EXERCISE = Of the lines in the data below, write out exactly those from the one holding "#189=IFCINDEXEDPOLYGONALFACE((1,3,11,9));" through the one holding "#195=IFCINDEXEDPOLYGONALFACE((9,11,12,10));", both included.

THE INPUT =

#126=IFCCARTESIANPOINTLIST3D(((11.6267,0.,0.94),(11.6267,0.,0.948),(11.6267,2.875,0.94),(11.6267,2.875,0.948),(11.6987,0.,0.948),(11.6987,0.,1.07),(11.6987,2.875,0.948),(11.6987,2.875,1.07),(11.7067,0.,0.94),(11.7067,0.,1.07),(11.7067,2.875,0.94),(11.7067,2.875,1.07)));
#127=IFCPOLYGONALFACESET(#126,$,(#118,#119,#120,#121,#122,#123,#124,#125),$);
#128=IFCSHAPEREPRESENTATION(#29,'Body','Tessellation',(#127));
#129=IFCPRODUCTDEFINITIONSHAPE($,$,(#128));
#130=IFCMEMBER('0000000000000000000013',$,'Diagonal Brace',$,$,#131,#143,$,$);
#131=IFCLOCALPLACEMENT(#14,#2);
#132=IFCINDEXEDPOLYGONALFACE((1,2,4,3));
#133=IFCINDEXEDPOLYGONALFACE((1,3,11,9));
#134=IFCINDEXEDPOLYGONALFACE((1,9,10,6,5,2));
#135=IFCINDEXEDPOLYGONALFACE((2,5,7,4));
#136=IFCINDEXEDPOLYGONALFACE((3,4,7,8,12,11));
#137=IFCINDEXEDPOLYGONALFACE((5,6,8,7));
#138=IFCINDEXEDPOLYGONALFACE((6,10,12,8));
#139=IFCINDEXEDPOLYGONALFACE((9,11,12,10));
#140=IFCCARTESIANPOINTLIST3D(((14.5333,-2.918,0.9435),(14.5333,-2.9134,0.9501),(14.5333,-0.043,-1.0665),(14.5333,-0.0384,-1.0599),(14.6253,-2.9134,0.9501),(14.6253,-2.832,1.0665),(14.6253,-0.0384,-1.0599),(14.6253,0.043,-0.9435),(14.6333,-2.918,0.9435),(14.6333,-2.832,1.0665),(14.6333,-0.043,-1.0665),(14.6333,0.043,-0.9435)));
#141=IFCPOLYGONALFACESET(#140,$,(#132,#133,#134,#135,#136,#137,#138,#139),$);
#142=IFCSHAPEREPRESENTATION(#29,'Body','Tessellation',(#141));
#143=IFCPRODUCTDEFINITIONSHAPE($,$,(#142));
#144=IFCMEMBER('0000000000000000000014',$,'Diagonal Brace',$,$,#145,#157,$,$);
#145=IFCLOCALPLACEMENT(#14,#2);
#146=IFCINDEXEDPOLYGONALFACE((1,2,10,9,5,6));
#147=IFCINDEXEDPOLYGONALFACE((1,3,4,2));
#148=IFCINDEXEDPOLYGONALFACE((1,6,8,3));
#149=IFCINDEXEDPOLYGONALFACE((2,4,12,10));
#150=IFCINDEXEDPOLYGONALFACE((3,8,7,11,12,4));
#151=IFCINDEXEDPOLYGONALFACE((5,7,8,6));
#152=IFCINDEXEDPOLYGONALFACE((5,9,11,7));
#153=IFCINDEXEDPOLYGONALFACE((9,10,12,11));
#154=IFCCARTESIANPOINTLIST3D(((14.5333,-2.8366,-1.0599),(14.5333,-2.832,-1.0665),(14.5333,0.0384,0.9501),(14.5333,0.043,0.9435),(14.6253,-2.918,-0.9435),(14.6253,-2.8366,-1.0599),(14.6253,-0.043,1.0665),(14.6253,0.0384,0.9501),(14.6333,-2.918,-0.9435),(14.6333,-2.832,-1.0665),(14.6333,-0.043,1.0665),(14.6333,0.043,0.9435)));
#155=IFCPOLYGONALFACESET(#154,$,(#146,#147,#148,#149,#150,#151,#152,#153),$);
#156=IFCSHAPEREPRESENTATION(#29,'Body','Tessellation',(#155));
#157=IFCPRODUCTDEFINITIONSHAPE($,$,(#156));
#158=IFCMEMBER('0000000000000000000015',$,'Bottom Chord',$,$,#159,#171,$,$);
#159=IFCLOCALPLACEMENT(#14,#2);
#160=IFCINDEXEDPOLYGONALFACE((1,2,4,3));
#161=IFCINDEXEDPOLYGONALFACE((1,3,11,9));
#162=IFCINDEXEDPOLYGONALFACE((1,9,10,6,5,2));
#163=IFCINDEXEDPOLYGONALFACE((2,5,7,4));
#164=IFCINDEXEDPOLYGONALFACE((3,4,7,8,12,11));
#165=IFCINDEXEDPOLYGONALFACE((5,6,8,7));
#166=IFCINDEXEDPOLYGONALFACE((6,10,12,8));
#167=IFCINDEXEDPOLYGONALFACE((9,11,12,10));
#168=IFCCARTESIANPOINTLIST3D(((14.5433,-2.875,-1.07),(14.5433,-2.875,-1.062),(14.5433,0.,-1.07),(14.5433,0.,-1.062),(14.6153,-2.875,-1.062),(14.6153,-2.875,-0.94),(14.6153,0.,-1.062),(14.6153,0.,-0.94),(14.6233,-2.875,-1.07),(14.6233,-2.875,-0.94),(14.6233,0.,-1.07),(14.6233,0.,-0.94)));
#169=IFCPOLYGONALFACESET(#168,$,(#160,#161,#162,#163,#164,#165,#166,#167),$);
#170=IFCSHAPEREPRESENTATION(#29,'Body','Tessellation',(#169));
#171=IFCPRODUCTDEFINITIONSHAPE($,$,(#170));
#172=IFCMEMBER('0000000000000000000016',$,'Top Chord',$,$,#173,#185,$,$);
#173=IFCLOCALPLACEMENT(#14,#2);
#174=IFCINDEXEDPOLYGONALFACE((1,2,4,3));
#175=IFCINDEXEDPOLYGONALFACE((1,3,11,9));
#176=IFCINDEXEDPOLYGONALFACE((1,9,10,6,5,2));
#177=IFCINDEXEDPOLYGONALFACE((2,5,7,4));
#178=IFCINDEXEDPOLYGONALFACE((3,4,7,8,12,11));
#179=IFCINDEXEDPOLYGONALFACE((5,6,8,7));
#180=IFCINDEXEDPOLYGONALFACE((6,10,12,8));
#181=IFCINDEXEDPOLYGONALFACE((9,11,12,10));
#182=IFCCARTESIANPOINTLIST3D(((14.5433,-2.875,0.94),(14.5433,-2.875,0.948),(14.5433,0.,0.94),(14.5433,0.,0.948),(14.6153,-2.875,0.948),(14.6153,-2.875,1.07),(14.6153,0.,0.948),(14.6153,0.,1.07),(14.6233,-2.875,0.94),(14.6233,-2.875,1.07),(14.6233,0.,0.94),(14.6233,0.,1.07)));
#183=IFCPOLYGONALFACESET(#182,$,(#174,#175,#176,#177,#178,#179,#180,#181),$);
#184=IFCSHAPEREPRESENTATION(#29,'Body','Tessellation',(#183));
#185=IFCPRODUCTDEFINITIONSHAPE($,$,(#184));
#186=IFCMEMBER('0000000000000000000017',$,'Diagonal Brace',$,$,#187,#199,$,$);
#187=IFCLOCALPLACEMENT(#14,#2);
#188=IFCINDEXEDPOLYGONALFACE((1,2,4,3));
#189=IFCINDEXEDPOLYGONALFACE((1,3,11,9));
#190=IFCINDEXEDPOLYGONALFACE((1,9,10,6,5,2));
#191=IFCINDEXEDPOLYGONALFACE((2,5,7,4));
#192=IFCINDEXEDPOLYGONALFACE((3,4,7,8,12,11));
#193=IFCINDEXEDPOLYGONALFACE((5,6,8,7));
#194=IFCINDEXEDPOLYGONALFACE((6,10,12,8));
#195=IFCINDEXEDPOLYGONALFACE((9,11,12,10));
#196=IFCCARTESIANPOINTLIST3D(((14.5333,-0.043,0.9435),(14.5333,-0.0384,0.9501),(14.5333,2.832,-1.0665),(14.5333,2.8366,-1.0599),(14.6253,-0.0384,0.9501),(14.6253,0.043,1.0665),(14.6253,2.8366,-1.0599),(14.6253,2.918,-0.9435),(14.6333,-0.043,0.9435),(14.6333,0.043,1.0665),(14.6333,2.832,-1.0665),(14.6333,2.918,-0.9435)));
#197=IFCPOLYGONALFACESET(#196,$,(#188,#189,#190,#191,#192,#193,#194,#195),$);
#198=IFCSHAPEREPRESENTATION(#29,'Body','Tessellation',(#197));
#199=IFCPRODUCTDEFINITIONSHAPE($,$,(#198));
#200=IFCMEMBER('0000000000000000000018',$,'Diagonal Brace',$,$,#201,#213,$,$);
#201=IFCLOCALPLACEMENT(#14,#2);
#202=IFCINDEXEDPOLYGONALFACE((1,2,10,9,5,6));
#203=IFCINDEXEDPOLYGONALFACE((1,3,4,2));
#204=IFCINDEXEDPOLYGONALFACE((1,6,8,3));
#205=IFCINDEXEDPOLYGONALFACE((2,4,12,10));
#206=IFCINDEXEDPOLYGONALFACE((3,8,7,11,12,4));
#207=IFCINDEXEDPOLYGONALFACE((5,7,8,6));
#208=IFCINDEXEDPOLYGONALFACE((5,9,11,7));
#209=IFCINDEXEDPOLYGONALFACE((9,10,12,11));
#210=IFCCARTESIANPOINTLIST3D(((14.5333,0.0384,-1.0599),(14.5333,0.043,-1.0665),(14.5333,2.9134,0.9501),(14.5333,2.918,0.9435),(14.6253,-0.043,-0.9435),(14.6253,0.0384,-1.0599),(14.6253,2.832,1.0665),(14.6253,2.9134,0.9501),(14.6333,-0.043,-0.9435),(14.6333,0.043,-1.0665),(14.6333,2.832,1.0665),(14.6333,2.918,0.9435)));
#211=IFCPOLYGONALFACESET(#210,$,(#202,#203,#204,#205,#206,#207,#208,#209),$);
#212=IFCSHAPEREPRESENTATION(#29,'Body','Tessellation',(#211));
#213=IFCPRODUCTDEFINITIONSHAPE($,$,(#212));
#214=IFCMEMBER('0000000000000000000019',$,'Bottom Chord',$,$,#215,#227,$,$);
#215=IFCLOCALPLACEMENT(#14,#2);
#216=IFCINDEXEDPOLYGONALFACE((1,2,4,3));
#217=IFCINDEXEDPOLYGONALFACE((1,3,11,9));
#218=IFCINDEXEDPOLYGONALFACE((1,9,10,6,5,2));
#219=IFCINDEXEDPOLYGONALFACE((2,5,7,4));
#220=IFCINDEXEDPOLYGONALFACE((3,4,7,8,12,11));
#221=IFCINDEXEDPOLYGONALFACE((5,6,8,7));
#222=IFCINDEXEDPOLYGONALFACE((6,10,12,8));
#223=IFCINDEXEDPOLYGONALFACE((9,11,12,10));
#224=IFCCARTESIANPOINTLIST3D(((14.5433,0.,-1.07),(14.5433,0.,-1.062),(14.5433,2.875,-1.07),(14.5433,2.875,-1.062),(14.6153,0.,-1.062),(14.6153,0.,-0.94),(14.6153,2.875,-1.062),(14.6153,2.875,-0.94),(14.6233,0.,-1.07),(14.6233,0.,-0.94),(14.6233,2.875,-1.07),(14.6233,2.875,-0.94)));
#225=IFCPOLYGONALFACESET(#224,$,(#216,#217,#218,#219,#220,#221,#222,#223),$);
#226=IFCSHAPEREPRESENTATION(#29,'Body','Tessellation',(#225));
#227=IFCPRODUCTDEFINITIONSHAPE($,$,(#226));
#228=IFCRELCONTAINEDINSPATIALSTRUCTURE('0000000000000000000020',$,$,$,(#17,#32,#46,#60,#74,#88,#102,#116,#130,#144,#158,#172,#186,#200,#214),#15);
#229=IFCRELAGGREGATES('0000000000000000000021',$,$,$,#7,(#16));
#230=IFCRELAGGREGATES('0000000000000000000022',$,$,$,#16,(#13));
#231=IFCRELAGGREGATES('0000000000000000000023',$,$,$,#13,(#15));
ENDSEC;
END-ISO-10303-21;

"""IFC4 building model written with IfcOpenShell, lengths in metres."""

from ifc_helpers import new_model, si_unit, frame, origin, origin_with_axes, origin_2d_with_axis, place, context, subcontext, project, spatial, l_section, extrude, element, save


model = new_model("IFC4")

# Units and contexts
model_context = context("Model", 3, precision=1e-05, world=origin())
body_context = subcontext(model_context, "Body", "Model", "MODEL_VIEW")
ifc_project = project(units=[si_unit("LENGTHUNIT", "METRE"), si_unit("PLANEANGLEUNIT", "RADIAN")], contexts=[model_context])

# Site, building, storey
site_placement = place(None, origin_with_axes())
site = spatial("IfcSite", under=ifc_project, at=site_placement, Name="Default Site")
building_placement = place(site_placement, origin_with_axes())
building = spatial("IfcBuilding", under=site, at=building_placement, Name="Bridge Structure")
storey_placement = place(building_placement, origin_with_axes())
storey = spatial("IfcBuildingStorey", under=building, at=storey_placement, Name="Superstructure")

EXERCISE SOLUTION =
#189=IFCINDEXEDPOLYGONALFACE((1,3,11,9));
#190=IFCINDEXEDPOLYGONALFACE((1,9,10,6,5,2));
#191=IFCINDEXEDPOLYGONALFACE((2,5,7,4));
#192=IFCINDEXEDPOLYGONALFACE((3,4,7,8,12,11));
#193=IFCINDEXEDPOLYGONALFACE((5,6,8,7));
#194=IFCINDEXEDPOLYGONALFACE((6,10,12,8));
#195=IFCINDEXEDPOLYGONALFACE((9,11,12,10));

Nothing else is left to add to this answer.